Thursday, December 30, 2010

Anatomy of a Training Run

Anatomy of a Training Run: the Run/Walk Run

One "different" type of run that I'm following in my marathon training is the Run/Walk run. At a very basic level, it's just interval training: run for an allotted amount of time, walk for an allotted amount of time. 

I scoffed when I first read about run/walk training, thinking, "doesn't that defeat the purpose? I'm a runner for pete's sake!" Walking was the enemy in my training runs. It made me feel like less of a runner...lower on the B.A. scale. Well you know what? I was a runner, but one that was all too often plagued by injury.

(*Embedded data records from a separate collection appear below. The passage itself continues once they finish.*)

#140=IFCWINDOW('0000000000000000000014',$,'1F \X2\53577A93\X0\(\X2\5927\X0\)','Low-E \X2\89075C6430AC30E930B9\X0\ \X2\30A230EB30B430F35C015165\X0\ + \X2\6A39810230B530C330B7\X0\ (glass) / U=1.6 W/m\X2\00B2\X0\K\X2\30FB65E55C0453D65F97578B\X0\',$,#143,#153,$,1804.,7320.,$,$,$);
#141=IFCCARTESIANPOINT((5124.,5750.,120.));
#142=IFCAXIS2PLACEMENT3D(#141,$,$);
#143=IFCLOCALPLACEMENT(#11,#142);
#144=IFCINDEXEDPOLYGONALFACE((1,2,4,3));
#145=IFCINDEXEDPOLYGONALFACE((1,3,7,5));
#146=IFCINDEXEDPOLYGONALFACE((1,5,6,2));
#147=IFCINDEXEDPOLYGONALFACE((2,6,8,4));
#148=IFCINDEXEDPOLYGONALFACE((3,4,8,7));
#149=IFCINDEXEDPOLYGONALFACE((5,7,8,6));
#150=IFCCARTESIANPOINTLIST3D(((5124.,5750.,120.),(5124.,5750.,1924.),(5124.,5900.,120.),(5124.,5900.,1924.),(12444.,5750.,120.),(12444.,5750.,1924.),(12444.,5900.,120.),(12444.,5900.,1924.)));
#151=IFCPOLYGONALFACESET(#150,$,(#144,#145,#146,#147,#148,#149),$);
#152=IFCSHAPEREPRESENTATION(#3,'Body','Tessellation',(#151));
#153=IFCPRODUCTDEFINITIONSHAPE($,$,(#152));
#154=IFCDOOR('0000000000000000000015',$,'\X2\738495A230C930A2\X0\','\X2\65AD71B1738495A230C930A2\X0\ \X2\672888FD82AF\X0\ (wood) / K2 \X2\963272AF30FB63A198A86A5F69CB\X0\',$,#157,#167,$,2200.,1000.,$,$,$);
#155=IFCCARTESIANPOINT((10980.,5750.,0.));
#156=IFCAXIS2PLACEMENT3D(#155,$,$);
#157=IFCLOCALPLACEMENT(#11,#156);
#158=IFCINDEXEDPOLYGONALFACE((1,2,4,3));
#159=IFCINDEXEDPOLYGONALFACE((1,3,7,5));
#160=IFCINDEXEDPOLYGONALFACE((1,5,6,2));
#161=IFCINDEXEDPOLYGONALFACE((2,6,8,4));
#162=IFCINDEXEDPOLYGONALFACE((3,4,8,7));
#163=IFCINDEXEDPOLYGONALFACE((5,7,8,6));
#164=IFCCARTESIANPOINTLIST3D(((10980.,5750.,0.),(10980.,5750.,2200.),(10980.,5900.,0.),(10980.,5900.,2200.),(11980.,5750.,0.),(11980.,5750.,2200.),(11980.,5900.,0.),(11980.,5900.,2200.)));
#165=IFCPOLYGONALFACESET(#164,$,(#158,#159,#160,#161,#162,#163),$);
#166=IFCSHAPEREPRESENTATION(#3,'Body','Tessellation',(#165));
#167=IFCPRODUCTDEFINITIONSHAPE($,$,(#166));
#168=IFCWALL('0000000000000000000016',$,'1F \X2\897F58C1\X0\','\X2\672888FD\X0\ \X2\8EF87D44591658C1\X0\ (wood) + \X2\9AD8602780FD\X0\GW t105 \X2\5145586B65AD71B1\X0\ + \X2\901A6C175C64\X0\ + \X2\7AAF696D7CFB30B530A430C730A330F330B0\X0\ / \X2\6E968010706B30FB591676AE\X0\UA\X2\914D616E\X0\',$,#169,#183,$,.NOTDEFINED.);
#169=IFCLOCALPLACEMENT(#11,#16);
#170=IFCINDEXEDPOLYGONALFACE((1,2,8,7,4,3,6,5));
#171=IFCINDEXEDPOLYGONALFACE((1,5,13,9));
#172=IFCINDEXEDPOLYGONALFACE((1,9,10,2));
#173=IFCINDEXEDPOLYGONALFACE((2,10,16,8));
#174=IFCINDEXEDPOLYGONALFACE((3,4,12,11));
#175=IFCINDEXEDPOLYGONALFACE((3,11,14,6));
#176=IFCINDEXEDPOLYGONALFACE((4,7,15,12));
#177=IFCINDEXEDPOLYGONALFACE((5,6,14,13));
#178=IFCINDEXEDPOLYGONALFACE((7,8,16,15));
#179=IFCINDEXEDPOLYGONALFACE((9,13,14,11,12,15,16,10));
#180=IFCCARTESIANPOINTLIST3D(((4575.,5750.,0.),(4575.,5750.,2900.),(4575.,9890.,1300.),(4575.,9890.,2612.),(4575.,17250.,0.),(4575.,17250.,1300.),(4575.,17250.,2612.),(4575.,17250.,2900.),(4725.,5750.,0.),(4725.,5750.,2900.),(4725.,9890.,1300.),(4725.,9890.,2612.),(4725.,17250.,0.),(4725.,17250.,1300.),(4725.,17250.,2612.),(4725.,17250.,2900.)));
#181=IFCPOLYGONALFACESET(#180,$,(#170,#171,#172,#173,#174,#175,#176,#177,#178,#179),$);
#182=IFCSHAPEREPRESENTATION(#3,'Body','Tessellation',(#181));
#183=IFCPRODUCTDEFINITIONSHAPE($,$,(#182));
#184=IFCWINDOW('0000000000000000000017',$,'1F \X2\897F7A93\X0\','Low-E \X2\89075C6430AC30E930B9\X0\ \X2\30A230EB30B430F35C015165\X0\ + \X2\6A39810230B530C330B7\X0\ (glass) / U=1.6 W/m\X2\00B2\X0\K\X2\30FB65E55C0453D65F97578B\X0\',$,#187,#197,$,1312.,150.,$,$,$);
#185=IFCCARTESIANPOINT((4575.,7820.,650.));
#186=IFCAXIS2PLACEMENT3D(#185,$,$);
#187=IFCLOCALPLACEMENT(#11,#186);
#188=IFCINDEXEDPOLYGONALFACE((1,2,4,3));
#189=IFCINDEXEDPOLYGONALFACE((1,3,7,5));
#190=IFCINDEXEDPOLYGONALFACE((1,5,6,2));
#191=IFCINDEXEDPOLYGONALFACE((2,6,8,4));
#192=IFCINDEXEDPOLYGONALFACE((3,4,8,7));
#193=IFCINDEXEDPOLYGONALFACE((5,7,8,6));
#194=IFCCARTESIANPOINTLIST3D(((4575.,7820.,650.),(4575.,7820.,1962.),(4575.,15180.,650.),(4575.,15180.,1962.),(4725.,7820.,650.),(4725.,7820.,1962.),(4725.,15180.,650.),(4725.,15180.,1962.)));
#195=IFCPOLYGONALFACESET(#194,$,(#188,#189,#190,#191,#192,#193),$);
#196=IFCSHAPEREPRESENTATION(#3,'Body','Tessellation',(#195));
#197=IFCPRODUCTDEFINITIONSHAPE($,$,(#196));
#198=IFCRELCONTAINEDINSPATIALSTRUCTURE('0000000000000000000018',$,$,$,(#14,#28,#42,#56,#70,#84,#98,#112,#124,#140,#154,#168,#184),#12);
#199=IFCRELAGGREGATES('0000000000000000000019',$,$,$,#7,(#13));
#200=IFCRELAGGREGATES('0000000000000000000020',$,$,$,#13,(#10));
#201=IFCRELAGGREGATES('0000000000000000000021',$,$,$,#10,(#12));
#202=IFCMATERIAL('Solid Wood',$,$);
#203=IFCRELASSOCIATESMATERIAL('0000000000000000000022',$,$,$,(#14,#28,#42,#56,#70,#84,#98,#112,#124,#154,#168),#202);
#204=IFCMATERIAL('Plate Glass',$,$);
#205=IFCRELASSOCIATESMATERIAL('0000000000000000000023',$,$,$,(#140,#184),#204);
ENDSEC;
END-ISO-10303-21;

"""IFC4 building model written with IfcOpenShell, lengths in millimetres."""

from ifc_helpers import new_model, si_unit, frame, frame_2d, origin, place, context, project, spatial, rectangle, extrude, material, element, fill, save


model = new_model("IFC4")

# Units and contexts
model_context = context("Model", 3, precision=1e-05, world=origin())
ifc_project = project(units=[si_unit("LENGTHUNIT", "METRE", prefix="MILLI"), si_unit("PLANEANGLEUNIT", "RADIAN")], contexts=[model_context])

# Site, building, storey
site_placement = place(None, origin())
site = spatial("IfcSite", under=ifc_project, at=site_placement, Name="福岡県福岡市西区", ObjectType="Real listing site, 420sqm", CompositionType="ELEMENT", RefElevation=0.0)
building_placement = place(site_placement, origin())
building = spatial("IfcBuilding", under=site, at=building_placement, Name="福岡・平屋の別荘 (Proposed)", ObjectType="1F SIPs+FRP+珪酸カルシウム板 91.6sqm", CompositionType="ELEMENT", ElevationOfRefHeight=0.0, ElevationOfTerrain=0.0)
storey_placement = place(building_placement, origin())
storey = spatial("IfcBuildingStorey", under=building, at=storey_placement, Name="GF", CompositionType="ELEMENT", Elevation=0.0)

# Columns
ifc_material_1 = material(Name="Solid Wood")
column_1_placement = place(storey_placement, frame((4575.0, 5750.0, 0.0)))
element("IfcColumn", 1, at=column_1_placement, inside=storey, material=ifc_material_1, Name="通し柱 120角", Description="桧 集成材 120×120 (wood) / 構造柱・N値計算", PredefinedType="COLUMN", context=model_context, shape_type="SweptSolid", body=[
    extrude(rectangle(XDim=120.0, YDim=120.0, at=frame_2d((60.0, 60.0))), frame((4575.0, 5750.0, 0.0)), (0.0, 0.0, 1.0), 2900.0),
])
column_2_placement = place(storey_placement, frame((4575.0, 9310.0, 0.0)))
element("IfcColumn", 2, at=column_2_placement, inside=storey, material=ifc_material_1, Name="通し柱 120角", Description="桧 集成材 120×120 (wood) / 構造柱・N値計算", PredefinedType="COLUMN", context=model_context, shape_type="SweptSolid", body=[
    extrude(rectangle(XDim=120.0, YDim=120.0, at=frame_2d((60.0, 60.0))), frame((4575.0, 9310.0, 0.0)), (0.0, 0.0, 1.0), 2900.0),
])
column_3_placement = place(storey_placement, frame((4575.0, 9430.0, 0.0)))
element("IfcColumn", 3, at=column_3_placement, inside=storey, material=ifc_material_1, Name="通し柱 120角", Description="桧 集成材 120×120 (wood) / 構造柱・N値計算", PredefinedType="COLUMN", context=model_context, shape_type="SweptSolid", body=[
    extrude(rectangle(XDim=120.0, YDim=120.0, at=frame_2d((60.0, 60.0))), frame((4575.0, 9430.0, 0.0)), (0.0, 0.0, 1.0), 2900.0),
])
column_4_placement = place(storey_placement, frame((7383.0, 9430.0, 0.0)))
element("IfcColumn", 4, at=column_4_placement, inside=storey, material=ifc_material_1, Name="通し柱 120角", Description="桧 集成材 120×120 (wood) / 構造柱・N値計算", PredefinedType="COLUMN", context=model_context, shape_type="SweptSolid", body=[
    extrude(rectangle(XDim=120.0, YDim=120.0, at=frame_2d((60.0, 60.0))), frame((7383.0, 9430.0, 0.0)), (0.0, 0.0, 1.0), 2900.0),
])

I'll be the first to admit, thinking that way was just plain stupid.

First, let's walk through some of the benefits:

  • decreased chance of injury
  • the mental benefit of breaking longer runs up into segments
  • interval training often equals maximum results (be it a time goal, distance goal, etc.) many people have even PR'ed by following a run/walk training plan
  • if you're trying to lose weight, intervals actually burn more calories and fat
According to Runner's World, Jeff Galloway pioneered the idea of taking frequent walk breaks during marathons and marathon training and it has been used successfully by thousands of marathon runners. So how does it work? ...and more importantly, why?

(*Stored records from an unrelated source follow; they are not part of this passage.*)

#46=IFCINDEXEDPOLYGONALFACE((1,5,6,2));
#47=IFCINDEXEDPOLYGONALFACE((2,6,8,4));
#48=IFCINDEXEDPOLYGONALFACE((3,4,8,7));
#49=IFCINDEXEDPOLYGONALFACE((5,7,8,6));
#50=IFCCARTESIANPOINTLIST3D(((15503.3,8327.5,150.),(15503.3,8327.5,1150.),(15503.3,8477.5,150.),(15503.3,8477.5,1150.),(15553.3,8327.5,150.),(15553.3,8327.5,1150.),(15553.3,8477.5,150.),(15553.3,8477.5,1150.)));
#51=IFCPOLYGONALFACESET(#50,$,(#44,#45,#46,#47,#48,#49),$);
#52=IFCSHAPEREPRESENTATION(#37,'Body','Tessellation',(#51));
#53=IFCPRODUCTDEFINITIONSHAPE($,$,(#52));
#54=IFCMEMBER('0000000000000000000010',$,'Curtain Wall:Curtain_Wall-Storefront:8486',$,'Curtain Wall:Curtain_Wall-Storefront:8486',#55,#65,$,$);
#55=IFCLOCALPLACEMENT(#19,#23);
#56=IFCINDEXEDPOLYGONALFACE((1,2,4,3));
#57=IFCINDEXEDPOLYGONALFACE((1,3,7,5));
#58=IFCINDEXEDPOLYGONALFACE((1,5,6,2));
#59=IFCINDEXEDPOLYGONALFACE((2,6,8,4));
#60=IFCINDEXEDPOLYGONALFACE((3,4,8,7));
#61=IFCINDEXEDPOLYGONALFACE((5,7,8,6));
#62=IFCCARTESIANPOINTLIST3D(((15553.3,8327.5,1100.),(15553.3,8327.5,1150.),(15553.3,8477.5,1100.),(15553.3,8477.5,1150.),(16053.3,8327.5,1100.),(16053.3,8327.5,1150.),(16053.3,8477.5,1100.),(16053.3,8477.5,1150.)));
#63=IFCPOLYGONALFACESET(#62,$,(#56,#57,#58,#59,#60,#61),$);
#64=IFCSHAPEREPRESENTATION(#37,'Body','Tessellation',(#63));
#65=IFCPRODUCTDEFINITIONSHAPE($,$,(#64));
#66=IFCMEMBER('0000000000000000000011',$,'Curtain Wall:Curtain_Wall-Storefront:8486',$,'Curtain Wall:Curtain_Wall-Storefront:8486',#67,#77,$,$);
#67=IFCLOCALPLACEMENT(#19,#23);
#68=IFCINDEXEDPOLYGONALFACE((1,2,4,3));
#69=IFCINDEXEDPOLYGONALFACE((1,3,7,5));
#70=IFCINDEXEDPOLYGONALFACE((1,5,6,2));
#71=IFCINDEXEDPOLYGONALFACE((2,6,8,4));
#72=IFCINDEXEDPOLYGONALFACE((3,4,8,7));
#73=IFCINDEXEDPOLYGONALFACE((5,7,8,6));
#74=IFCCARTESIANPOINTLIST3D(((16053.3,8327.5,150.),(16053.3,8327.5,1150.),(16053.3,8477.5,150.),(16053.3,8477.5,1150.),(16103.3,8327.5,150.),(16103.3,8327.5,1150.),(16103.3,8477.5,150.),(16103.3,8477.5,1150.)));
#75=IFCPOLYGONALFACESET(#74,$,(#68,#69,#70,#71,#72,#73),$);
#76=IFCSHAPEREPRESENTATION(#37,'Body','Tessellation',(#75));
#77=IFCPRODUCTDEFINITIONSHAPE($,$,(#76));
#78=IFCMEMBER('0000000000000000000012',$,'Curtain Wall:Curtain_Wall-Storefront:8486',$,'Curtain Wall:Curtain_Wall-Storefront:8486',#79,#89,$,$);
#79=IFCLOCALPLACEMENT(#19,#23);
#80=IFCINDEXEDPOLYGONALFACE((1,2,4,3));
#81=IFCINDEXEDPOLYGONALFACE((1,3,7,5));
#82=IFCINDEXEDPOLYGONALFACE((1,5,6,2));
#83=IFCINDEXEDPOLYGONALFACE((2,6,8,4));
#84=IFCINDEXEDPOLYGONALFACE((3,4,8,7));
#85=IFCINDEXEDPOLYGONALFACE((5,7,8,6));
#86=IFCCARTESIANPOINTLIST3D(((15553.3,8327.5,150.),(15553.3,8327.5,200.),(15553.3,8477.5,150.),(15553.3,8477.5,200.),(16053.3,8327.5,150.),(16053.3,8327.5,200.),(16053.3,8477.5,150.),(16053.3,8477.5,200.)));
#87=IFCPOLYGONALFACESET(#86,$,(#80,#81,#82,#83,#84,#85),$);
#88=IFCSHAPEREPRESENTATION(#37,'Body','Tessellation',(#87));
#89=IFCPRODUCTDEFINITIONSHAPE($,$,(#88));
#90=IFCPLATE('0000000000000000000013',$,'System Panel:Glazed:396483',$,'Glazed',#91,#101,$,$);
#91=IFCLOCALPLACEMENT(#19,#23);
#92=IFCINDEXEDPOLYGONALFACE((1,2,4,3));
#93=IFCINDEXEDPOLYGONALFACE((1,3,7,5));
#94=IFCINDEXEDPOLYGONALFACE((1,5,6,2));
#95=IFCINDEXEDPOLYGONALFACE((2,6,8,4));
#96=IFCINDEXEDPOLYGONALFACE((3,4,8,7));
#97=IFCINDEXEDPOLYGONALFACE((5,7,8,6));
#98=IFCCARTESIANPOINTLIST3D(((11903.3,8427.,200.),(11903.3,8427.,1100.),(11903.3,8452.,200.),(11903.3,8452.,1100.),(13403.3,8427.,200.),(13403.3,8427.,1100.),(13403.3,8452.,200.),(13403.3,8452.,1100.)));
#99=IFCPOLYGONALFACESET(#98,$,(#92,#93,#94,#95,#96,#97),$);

"By using muscles in different ways from the beginning, your legs keep their bounce as they conserve resources. When a muscle group, such as your calf, is used continuously step by step, it fatigues relatively soon. The weak areas get overused and force you to slow down later or scream at you in pain afterward. By shifting back and forth between walking and running muscles, you distribute the workload among a variety of muscles, increasing your overall performance capacity. For veteran marathoners, this is often the difference between achieving a time goal or not. Walk breaks will significantly speed up recovery because there is less damage to repair. The early walk breaks erase fatigue, and the later walk breaks will reduce or eliminate overuse muscle breakdown." (source)

There are a lot of different ways to utilize run/walk training. I generally follow a 4 to 1 ratio (in minutes) of running to walking, but my marathon training will be structured as follows:

Weeks 1-4: run/walk ratio of 3:2 on some weekday runs and long runs
Weeks 5-9: run/walk ratio of 4:2 on some weekday and long runs 
Weeks 10-18: run/walk ratio of 4:1 on some weekday and long runs

You can also structure your run/walk training based on your pace:

8 min/mi—run 4 min/walk 35 seconds
9 min/mi— 4 min run-1 min walk
10 min/mi—-3:1
11 min/mi—2:30-1
12 min/mi—-2:1
13 min/mi—-1:1
14 min/mi—30 sec run/30 sec walk
15 min/mi—30 sec/45 sec
16 min/mi—30 sec/60 sec


You don't have to follow such a regimented run/walk plan either, if spontaneity is your style. Just take walk breaks early and often. I tend to like the 4:1 run to walk ratio because it breaks those longer runs up into 5 minute segments and sometimes makes it much more bearable. But you don't need to run every single one of your training runs this way. As my own general rule, anything less than 3 miles is pretty much a run all the way run. Between 3 and 6 miles is always questionable...sometimes I like to walk a bit, sometimes run. 6+ miles is where I almost always utilize my walk breaks. If I'm feeling extra good about my run for the day, I'll just take a 1 minute break for every mile I run. It's all up to you and your body, the only advice I can give you is to listen to it! 

If you're stuck on determining your pace, but still want to use this type of training, you'll be happy to know that you generally only lose 15-20 seconds when you take a 60 second walk break. Over the course of 26 miles, this could end up being negligible or even add to your overall time, because you'll be less fatigued and able to put in more effort in those last few miles. Fortunately, Runner's World has a nice little chart to give us all a little bit more pacing information:

If you run a mile in... (Col. A) and then walk 60 seconds, your overall pace will be...(Col. B)

Will you use run/walk training in your next training plan? What other training techniques do you employ in order to stay injury free?


  1. I am currently using Jeff Galloway's run/walk plan for beginners training for my half-marathon next Saturday. I've never read that quote that you provided but it makes so much sense!

  2. As a newbie runner I scoffed at the run/walk plan, but I am all for no injury! I am currently on the C25K so I will keep the Galloway plan implemented. Thanks for the information.

  3. I hurt my knee last spring and used interval training to build my muscle strength back up. I'm a fan!